▸ **Problem**:
A single figure is required: the number of lines below in which the word "IFCGEOMETRICREPRESENTATIONCONTEXT" occurs.

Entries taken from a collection
──────────────────────────────

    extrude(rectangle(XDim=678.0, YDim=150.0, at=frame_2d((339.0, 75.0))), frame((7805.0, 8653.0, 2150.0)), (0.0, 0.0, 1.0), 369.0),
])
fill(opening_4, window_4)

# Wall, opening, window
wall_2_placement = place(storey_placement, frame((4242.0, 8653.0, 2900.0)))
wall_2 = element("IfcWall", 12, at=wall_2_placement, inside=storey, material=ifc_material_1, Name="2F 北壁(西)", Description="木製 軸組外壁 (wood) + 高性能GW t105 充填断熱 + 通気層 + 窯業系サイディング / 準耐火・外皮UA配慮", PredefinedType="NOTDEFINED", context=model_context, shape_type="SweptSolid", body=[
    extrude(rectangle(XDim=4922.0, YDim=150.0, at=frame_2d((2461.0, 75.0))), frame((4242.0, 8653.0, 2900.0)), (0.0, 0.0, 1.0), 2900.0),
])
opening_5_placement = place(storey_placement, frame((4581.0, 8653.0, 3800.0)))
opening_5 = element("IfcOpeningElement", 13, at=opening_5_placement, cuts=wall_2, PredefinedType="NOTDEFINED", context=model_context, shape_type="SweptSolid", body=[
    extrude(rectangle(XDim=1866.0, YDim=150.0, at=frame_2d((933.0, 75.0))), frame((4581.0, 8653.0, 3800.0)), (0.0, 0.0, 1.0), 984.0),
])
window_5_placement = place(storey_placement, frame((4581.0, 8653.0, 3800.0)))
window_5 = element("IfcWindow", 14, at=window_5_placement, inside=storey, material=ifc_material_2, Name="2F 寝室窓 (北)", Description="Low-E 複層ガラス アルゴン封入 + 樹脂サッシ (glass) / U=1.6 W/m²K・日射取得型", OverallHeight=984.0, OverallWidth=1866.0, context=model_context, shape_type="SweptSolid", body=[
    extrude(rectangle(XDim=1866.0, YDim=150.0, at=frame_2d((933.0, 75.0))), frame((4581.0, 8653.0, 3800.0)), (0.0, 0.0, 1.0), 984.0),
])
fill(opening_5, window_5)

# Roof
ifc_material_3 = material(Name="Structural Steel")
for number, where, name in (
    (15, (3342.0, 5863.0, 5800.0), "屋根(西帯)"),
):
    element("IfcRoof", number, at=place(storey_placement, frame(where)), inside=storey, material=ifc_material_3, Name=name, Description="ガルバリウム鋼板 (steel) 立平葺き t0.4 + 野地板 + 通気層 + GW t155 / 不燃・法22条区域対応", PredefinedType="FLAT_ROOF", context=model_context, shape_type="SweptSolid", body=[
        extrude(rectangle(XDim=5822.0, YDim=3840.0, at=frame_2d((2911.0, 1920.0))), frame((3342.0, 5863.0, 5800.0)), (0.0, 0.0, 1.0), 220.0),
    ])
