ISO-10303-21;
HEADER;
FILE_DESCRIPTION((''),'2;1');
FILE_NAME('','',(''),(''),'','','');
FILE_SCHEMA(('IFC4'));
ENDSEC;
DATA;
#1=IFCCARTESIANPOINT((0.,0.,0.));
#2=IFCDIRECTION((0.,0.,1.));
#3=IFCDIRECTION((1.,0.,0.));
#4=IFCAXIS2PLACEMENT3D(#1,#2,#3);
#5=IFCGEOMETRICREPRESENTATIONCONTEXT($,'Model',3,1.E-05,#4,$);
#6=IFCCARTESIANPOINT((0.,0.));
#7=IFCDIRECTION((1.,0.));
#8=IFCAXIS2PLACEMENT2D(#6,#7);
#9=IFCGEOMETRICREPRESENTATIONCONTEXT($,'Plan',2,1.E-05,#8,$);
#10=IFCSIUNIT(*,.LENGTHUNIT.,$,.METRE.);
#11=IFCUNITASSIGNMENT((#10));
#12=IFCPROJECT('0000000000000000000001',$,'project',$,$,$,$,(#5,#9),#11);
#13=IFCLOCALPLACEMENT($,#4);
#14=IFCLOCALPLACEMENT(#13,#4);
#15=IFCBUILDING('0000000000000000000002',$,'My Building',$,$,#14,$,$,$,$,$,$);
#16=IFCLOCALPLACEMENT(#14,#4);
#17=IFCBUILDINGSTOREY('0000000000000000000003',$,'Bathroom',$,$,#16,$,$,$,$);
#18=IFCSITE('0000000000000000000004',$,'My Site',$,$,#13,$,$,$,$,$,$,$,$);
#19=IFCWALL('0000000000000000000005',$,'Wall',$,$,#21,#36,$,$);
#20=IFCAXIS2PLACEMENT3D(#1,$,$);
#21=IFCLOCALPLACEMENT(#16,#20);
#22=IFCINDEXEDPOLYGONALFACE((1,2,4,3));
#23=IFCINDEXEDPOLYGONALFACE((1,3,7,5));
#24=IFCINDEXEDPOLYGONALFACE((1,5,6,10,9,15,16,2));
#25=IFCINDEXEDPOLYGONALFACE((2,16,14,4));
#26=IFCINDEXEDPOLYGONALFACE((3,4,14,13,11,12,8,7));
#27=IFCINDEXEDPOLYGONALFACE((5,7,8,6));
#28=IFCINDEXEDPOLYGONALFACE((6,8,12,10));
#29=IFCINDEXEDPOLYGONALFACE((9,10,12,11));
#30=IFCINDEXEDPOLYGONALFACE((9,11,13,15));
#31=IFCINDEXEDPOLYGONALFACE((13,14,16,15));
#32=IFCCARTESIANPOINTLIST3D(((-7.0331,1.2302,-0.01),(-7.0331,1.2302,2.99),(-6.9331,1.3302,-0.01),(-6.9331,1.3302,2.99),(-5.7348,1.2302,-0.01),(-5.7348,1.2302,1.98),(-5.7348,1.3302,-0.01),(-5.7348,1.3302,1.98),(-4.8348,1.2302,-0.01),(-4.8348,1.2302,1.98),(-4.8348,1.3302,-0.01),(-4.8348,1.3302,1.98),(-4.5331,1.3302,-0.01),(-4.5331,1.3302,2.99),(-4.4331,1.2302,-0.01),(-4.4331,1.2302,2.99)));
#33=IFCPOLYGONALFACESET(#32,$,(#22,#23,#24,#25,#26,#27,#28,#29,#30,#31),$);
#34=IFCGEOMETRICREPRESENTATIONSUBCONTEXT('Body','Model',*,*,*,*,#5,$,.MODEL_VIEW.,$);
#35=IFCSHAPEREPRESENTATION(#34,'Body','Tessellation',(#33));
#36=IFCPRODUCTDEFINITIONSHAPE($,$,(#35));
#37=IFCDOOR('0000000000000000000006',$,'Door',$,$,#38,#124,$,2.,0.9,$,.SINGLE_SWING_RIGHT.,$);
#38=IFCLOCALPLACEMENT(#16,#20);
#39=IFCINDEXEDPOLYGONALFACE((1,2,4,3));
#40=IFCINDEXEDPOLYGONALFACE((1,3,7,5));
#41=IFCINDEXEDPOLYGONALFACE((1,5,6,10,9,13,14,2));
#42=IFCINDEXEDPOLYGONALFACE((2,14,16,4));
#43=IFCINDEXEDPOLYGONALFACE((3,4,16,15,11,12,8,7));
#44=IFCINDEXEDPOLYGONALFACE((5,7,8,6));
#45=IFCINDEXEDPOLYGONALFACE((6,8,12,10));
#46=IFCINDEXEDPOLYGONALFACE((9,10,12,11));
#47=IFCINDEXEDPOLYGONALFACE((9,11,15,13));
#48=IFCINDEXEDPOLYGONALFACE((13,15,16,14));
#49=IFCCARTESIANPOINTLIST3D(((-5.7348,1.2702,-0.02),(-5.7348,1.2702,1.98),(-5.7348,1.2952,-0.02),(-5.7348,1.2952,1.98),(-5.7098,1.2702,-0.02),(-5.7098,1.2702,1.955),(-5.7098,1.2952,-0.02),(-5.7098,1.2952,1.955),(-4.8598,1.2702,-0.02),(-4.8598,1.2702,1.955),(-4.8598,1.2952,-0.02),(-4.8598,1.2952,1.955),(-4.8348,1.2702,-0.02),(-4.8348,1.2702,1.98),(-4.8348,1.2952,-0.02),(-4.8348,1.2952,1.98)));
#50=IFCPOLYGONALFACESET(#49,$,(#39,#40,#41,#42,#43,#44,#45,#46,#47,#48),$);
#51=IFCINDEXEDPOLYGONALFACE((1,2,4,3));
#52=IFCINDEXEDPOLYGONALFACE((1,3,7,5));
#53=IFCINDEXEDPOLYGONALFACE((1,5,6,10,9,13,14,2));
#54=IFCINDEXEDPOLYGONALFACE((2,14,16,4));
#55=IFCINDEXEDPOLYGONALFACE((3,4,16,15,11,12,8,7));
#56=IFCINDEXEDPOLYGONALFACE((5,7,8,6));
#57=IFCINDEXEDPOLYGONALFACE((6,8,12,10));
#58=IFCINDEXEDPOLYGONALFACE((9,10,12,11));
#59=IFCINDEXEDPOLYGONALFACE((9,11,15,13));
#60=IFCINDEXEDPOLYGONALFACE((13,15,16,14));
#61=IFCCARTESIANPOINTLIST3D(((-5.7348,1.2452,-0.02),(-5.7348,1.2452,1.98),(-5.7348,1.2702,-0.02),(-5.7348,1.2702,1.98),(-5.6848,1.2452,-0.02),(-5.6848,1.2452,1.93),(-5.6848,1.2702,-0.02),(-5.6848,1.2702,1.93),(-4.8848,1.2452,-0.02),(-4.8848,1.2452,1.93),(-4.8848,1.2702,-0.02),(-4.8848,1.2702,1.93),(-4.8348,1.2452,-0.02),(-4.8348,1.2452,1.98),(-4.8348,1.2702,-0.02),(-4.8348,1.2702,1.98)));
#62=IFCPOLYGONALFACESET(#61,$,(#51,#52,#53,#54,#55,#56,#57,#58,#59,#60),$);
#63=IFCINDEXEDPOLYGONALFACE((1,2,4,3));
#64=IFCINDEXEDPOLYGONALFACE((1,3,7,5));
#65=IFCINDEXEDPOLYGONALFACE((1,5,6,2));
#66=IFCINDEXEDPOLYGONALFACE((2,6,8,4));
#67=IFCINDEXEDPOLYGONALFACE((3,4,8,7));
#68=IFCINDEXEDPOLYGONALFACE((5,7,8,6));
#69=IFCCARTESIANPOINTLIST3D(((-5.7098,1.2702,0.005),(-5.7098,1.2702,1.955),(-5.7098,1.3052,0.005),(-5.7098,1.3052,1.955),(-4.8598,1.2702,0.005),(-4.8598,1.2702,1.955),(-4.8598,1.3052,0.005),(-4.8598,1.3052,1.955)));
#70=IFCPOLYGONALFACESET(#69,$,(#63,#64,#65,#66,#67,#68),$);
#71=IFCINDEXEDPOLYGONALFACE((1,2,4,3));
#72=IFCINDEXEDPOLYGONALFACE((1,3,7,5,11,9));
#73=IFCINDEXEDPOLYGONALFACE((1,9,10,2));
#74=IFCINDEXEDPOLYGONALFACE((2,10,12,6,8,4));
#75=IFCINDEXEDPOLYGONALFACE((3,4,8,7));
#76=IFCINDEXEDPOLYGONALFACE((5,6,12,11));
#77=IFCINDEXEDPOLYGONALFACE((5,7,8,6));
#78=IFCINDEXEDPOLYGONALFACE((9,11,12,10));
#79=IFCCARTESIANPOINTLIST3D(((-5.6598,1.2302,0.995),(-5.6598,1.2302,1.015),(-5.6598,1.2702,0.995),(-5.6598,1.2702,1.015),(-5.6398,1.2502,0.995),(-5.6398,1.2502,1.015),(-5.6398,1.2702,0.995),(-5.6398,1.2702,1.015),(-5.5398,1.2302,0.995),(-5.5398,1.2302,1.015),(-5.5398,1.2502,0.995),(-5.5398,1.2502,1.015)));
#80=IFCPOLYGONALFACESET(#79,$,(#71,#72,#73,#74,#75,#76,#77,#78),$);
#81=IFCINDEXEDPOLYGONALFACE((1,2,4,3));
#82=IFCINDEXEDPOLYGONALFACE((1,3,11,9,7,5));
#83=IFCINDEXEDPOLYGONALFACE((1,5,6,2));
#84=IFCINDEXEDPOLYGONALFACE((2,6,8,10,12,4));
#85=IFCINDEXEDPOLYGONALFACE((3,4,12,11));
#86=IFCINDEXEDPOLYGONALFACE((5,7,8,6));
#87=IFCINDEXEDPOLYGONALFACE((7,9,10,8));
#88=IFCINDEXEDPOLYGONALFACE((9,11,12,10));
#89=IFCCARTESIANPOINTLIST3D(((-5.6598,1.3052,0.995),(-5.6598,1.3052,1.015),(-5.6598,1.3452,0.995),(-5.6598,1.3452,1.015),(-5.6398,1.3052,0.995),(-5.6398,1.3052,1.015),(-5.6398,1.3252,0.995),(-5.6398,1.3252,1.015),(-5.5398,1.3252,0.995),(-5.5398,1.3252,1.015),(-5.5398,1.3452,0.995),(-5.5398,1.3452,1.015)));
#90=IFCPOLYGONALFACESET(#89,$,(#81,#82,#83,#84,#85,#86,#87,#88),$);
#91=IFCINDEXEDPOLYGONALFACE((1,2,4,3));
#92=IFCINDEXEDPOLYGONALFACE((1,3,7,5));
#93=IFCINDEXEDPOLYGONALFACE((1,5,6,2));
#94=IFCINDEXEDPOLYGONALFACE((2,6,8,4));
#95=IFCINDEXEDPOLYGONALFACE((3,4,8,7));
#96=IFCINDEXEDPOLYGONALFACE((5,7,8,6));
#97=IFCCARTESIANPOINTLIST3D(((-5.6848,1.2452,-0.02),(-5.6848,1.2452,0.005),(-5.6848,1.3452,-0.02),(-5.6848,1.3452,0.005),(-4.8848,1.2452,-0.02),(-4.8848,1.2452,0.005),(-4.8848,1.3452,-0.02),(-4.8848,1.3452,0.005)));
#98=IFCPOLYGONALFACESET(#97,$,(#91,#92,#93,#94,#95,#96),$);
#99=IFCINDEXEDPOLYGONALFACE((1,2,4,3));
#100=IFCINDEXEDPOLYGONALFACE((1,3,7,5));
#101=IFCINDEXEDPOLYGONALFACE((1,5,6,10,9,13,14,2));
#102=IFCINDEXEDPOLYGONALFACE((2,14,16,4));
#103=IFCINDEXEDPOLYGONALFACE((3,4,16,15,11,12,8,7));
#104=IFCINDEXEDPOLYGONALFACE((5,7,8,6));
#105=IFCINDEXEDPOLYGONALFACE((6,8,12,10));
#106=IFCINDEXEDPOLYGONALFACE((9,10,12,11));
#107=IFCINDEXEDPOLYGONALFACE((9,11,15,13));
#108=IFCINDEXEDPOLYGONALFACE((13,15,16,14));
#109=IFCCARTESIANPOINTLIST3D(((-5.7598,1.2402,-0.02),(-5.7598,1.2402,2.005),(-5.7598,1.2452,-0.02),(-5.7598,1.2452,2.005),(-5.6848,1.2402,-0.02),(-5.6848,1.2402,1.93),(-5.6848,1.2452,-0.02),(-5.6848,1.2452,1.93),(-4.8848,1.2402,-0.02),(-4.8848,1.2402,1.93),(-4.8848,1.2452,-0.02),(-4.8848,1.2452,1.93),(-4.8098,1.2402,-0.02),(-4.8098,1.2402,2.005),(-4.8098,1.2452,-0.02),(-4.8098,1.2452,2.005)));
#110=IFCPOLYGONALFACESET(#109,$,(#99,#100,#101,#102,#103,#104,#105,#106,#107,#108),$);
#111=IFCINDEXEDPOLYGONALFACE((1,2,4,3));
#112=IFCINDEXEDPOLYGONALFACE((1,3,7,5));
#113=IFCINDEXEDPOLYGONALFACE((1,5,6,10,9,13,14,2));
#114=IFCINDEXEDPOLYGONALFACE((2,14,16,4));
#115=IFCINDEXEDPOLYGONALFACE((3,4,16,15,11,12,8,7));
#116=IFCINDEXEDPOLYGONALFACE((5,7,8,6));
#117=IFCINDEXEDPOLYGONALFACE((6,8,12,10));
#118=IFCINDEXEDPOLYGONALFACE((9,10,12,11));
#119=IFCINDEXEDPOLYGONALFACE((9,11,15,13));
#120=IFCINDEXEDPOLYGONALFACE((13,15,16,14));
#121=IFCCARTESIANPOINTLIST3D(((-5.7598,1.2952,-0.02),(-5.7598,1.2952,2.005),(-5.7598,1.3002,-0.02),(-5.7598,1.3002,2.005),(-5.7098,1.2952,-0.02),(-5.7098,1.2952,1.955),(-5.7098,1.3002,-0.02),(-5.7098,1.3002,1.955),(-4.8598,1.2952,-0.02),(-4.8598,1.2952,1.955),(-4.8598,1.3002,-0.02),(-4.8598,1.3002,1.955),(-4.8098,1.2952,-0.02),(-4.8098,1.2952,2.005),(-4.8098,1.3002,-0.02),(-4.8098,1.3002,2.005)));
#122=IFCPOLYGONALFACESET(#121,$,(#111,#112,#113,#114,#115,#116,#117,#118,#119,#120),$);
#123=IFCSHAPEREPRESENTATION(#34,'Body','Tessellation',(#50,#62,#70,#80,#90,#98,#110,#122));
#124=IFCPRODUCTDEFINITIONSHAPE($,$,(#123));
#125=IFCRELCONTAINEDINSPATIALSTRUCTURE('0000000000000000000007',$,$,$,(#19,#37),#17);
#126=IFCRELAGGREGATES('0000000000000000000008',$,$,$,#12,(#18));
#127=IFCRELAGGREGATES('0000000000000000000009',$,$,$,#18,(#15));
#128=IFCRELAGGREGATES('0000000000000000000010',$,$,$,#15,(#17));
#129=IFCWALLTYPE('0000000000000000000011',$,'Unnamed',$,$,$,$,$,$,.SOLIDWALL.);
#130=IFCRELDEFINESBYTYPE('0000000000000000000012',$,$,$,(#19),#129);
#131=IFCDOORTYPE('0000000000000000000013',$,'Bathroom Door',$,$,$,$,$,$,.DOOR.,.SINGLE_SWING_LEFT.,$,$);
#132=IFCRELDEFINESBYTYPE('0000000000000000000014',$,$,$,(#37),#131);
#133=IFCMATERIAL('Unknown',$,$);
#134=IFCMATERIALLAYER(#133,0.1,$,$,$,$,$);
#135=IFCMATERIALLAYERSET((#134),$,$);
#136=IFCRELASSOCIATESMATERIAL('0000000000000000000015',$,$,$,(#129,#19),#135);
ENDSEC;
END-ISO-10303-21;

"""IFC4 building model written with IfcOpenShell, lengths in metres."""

from ifc_helpers import new_model, entity, si_unit, frame, origin_with_axes, origin_2d_with_axis, place, context, subcontext, project, spatial, line, indexed_curve, outline, extrude, shape, source, transform, mapped, material, layer, layer_set, layer_usage, type_object, type_shapes, element, fill, save


model = new_model("IFC4")

# Units and contexts
model_context = context("Model", 3, precision=1e-05, world=origin_with_axes())
plan_context = context("Plan", 2, precision=1e-05, world=origin_2d_with_axis())
body_context_1 = subcontext(model_context, "Body", "Model", "MODEL_VIEW")
body_context_2 = subcontext(plan_context, "Body", "Plan", "PLAN_VIEW")
ifc_project = project(units=[si_unit("LENGTHUNIT", "METRE")], contexts=[model_context, plan_context])

# Site, building, storey
site_placement = place(None, origin_with_axes())
site = spatial("IfcSite", under=ifc_project, at=site_placement, Name="My Site")
building_placement = place(site_placement, origin_with_axes())
building = spatial("IfcBuilding", under=site, at=building_placement, Name="My Building")
storey_placement = place(building_placement, origin_with_axes())
storey = spatial("IfcBuildingStorey", under=building, at=storey_placement, Name="Bathroom")

# Shared definitions
ifc_material = material(Name="Unknown")

# Shared definitions
ifc_layer_1 = layer(ifc_material, 0.1)
ifc_layer_set_1 = layer_set([ifc_layer_1])
wall_type = type_object("IfcWallType", Name="Unnamed", PredefinedType="SOLIDWALL", material=ifc_layer_set_1)

# Shared definitions
shared_shape_1 = source(origin_with_axes(), body_context_1, "Body", "SweptSolid", [
    extrude(outline(indexed_curve([(0.0, 0.0), (0.9, 0.0), (0.9, 2.0), (0.0, 2.0)], segments=[line(1, 2, 3, 4, 1)])), frame((0.0, -0.6, 0.0), z_axis=(0.0, -1.0, 0.0), x_axis=(1.0, 0.0, 0.0)), (0.0, 0.0, -1.0), 1.2),
])
door_type = type_object("IfcDoorType", Name="Bathroom Door", OperationType="SINGLE_SWING_LEFT", PredefinedType="DOOR")
shared_shape_2 = source(origin_with_axes(), body_context_1, "Body", "SweptSolid", [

──────────────────────────────

▸ **Result of the exercise**:
2